What do you mean by that?
The current discussion about greed often refers to a weak point of the system; that is the gap between rich and poor people has widened. This is unproblematic, as long as poor people profit too, as can be seen in emerging economies where protest usually does not focus on the widening gap between rich and poor. But in the U.S. the income of the lower part of society has stagnated over decades, whereas the rich have become much richer. This causes a problem of justification that has to be addressed now. I don’t think that this requires a fundamental change of the market economy – but history shows that capitalism works better when the income gap is smaller than it is today.
Is it realistic to imagine that this problem will be tackled by the new U.S. administration?
Amazingly, there was little discussion of poverty during the presidential campaign. John Edwards was the only one who raised it, but he fell out of the race early. The dominant topic was the decline of the middle class. But poverty will become an issue because President Obama faces huge budgetary problems. The financial crisis is only a part of this problem; the U.S. also has huge expenses for the wars in Iraq and Afghanistan. The American political system has difficulty dealing with such issues. It is constructed in such a way that the government finds it hard to take focused and sustainable action. Every two years, a portion of Congress is re-elected – a very short time span, given the unpopular decisions that have to be made.
What should be done, in your opinion?
The United States has to realize that it is in a phase of imperial decline. I was raised in Great Britain and saw how the Empire lost its colonies and, with it, much of its self-conception. One of the first things that declining empires usually do is reduce their military spending. Most Americans don’t have the slightest idea how much their country spends on the military compared to the rest of the world. For example, we have military bases in many countries, whereas other states have collaboration agreements for the same purpose. In addition, the U.S. military policy that the country should be able to fight two wars at the same time will in future not be fundable. But can a U.S. president say this to his people?
Is the economic rescue package overcharging the U.S.?

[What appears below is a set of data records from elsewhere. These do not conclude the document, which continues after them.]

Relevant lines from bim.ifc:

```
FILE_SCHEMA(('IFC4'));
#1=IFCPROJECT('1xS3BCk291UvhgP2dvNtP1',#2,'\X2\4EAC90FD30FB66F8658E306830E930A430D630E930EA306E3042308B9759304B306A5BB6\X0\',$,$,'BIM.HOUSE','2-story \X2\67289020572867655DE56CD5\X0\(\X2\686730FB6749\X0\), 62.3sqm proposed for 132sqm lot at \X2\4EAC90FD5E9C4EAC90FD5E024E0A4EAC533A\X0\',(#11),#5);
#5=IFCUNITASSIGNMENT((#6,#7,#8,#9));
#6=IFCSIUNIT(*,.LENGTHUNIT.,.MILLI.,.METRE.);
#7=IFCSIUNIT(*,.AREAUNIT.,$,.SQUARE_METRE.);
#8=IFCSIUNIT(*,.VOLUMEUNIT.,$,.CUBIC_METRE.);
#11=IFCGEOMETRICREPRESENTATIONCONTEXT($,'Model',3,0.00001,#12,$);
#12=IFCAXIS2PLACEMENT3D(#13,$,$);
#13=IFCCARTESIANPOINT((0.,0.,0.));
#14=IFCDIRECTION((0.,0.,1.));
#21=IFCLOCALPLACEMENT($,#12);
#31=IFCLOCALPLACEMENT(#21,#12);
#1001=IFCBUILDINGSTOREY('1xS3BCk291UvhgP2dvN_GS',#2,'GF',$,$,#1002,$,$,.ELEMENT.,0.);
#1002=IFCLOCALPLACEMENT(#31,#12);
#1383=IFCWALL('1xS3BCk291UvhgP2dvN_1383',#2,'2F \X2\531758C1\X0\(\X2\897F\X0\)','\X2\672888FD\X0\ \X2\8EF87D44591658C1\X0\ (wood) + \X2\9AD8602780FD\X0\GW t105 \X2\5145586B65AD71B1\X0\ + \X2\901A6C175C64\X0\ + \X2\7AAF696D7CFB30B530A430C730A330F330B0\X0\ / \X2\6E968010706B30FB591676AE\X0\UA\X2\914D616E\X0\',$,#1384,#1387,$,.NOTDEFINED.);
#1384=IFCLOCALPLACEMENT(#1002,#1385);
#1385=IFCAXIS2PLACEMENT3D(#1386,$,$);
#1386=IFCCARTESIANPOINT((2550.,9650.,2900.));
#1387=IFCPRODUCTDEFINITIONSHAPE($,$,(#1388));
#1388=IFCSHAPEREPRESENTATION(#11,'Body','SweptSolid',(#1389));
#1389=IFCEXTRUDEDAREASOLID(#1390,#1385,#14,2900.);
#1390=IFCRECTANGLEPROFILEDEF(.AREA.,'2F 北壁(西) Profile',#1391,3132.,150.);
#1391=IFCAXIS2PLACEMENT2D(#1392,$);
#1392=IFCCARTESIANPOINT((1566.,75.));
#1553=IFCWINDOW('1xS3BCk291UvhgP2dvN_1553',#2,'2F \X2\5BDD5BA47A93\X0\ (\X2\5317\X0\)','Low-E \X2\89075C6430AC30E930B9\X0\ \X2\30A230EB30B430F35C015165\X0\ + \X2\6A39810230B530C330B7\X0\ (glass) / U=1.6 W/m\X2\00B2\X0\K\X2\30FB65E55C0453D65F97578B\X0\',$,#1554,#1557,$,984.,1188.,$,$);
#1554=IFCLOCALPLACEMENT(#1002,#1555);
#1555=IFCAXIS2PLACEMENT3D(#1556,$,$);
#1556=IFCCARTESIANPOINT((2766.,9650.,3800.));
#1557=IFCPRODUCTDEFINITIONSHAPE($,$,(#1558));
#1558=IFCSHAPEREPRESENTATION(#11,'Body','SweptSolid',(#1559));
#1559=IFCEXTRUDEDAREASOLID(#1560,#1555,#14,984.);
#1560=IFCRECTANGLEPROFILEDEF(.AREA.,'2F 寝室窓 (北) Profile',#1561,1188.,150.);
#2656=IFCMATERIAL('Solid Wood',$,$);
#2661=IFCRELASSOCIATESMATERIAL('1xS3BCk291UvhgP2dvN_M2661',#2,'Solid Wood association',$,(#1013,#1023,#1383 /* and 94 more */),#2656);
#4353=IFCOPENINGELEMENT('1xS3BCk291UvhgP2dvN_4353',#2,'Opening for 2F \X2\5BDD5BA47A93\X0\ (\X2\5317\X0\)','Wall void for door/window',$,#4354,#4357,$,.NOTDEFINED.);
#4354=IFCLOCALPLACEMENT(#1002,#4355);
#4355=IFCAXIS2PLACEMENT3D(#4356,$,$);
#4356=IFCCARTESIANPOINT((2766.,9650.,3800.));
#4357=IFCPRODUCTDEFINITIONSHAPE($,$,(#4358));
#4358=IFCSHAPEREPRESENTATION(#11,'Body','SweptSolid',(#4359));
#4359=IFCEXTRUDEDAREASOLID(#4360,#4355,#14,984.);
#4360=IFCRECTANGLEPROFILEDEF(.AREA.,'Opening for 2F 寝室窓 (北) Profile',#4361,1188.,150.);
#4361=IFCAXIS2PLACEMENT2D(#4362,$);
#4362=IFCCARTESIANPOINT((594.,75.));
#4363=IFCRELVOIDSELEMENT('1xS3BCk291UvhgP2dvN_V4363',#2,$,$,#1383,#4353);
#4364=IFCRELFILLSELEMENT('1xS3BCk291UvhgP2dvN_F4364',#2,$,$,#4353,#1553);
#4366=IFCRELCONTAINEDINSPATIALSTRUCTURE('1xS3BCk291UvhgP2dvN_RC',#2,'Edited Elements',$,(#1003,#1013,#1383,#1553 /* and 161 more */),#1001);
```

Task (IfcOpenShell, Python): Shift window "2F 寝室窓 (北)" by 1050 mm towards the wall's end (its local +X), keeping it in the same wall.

```python
import ifcopenshell
import ifcopenshell.api.geometry
import ifcopenshell.util.placement
import ifcopenshell.util.unit

model = ifcopenshell.open("bim.ifc")
unit_scale = ifcopenshell.util.unit.calculate_unit_scale(model)

window = model.by_guid("1xS3BCk291UvhgP2dvN_1553")
opening = window.FillsVoids[0].RelatingOpeningElement
wall = opening.VoidsElements[0].RelatingBuildingElement

wall_matrix = ifcopenshell.util.placement.get_local_placement(wall.ObjectPlacement)
shift = wall_matrix[:3, 0] * 1.05 / unit_scale
before = ifcopenshell.util.placement.get_local_placement(window.ObjectPlacement)[:3, 3].copy()

# The window is not placed relative to its opening, so move both.
for product in (opening, window):
    matrix = ifcopenshell.util.placement.get_local_placement(product.ObjectPlacement)
    matrix[:3, 3] += shift
    ifcopenshell.api.geometry.edit_object_placement(model, product=product, matrix=matrix, is_si=False)

after = ifcopenshell.util.placement.get_local_placement(window.ObjectPlacement)[:3, 3]
print("window moved by", (after - before).round(3) + 0.0)

model.write("bim_rev.ifc")
```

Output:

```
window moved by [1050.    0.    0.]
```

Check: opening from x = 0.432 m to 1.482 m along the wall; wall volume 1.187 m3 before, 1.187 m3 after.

We do see signs of such an overload. I’m not primarily thinking about the financial burden but about the fact that the government is currently owner of many banks and the largest insurance company. Usually, such “takeovers” are prepared by large teams – but does the Treasury have these people? I don’t believe so. I’m astonished at how the Treasury has been able to deal with these issues so far. In fact, the Treasury is now the most powerful ministry in the U.S. instead of the Department of Defence. This reflects the future reallocation of power in the U.S.